Taking a lesson from severe combined immunodeficiency (SCID) hereditary disorders in humans, we asked whether somatic alterations in genes involved in bare lymphocyte syndrome (BLS) may be a possible mechanism for tumors to circumvent adaptive immunity and antigen presentation. BLS is a rare hereditary immunodeficiency syndrome characterized by loss-of-function germline alterations in MHC machinery (i.e. those molecules required for expression of MHC as well as peptide/antigen loading and transport) [18]. Type I BLS is caused by germline alterations in TAP1, TAP2, or TAPBP, genes encoding proteins involved in transport of peptides into the endoplasmic reticulum for loading onto MHC-I. Type II BLS results from alterations in CIITA, RFX5, RFKAP, or RFXANK, which are required for transcription of MHC-II, leading to lymphocytes (and other cell types) which lack MHC-II antigen presentation. Both Type I and Type II BLS lead to poor or nonexistent antigen presentation (via MHC-I or MHC-II) and immunodeficiency (i.e. ‘immune ignorance’) [18], resulting in susceptibility to infections and early mortality.
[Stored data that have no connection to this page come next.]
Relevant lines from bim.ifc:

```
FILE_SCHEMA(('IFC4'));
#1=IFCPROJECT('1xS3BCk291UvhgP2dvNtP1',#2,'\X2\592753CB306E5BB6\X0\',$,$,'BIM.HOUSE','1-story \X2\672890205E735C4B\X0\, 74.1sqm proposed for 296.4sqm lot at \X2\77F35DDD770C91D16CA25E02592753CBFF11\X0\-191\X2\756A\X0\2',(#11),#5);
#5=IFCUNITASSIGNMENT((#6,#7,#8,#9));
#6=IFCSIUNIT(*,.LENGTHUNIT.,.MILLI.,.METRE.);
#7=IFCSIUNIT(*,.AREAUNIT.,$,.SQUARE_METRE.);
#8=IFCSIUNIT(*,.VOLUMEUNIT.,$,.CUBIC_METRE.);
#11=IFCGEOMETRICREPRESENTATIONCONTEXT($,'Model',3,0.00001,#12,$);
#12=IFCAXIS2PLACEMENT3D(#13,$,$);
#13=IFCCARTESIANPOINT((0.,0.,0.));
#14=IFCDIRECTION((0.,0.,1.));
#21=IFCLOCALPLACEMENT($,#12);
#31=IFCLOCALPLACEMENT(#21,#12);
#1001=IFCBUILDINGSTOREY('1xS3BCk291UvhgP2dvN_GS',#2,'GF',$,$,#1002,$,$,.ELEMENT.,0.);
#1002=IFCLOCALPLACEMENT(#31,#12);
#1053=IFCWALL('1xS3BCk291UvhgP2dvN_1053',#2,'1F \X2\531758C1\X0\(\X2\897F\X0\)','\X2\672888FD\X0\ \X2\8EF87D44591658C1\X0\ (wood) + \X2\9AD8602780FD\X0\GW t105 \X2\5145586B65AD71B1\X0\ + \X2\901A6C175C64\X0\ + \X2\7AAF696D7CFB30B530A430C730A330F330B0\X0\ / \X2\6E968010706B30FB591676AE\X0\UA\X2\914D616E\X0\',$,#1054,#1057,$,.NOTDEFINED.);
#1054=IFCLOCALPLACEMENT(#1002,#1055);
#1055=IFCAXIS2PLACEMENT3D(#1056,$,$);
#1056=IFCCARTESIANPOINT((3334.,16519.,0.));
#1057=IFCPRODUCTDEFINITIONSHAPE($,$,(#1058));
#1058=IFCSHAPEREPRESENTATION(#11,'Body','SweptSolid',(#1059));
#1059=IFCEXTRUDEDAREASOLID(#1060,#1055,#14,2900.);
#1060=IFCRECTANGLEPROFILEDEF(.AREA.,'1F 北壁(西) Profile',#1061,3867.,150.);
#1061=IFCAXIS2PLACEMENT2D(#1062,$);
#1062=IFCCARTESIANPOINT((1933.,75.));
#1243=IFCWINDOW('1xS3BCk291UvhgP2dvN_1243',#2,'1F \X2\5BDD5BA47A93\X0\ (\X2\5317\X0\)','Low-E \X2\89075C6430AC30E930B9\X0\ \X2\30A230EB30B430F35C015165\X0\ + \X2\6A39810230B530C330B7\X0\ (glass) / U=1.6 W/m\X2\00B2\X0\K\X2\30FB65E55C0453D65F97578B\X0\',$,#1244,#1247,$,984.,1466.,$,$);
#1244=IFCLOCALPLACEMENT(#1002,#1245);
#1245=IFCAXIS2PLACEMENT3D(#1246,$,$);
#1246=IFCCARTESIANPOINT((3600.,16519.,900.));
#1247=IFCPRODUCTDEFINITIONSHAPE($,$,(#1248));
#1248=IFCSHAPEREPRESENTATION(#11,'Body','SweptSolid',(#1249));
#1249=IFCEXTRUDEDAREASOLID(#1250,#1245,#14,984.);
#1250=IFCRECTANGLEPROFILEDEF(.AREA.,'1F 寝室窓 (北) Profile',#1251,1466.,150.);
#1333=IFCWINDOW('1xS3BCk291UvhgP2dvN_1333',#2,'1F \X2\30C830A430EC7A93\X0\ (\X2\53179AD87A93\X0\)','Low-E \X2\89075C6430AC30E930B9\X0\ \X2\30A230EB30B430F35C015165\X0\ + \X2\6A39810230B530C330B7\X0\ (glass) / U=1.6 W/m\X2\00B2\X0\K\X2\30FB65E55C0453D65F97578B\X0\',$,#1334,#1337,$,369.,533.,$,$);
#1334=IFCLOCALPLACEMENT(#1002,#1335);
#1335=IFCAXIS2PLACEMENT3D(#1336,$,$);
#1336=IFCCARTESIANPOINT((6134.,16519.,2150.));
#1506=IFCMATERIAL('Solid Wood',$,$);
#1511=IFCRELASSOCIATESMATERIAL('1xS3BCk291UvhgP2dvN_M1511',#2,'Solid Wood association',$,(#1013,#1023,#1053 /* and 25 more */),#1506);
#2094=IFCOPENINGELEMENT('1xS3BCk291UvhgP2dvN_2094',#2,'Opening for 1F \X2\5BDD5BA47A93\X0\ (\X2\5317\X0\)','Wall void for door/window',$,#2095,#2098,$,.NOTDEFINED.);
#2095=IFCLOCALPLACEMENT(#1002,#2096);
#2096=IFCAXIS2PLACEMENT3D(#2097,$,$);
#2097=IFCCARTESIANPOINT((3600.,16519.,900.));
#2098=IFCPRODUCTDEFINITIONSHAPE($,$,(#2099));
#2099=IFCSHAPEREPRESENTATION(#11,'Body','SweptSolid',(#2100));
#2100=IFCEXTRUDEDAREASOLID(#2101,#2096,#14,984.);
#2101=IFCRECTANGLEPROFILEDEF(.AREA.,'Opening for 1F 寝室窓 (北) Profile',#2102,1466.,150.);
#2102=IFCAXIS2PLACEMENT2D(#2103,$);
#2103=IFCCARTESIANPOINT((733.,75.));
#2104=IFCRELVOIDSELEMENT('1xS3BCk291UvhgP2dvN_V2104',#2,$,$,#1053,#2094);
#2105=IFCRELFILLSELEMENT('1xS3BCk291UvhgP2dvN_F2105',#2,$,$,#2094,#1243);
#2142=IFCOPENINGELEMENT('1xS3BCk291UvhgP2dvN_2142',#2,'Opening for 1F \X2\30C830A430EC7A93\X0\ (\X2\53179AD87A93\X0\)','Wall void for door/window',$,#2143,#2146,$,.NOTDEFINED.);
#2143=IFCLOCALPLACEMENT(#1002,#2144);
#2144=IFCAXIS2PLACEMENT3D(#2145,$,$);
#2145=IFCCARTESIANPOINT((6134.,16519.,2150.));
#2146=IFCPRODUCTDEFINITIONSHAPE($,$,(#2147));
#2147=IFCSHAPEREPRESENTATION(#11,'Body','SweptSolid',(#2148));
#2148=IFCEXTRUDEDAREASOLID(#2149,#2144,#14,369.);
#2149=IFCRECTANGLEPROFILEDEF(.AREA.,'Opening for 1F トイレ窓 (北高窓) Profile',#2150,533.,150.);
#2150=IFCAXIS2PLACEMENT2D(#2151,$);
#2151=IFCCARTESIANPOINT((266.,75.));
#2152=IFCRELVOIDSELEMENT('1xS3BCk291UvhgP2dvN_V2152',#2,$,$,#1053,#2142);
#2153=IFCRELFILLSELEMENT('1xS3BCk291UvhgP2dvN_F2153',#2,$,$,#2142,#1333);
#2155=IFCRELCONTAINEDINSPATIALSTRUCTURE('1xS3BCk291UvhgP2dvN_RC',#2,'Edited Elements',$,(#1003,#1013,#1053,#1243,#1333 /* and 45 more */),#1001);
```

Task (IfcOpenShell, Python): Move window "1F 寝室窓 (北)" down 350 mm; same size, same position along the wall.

```python
import numpy as np
import ifcopenshell
import ifcopenshell.api.geometry
import ifcopenshell.util.placement
import ifcopenshell.util.unit

model = ifcopenshell.open("bim.ifc")
unit_scale = ifcopenshell.util.unit.calculate_unit_scale(model)

window = model.by_id(1243)
opening = window.FillsVoids[0].RelatingOpeningElement
dz = -350.0

shift = np.array([0.0, 0.0, dz])
# The window is not placed relative to its opening, so move both.
for product in (opening, window):
    matrix = ifcopenshell.util.placement.get_local_placement(product.ObjectPlacement)
    matrix[:3, 3] += shift
    ifcopenshell.api.geometry.edit_object_placement(model, product=product, matrix=matrix, is_si=False)

print(f"moved by {dz * unit_scale:+.3f} m")

model.write("bim_v2.ifc")
```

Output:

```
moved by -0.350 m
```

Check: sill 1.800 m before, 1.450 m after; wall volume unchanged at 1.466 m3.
It is conceivable that tumor cells could somatically alter these genes in order to avoid antigen presentation synonymous to Type I or II BLS. Interestingly, somatic variants in Type-II BLS genes identified in a subset of gastric cancers were found to be associated with lack of recurrence [19]. To explore BLS genes as a target for somatic disruption of antigen presentation, we investigated four cancer types with high TMB in TCGA (colorectal, melanoma, gastric and uterine). We predicted MHC-I neoantigens using a computational approach with publicly available next generation sequencing databases. High mutational burden and increased neoantigen load are associated with rare mutations in BLS genes. In addition, immune surveillance is believed to be a selection force shaping cancer evolution, potentially acting to remove neoantigen-carrying clones by purifying (negative) selection. Consistently, reduced purifying selection on putative neoantigen-carrying genes are detected in patients with Type I BLS gene alterations, suggesting loss of immunoediting due to disrupted antigen presentation. Our findings show an insight into the mechanisms of high mutation burden, and potentially a loss of immunoediting in patients with somatic BLS alterations.
Results and discussion
We hypothesized that somatic alteration of BLS genes in tumors could abrogate the necessity of immuno-editing by reducing antigen presentation. To test this hypothesis, we determined the rate of mutations in Type I and Type II BLS genes across human tumor datasets in cBioPortal [20]. We identified sporadic mutations in BLS genes (MHC-I and MHC-II) across cancer types, some of which were recurrent (Additional file 1: Figure S1). We specifically focused on tumor types with single-nucleotide variants and indels. Interestingly, we noted a high preponderance of truncating and early-stop codon alterations in BLS genes.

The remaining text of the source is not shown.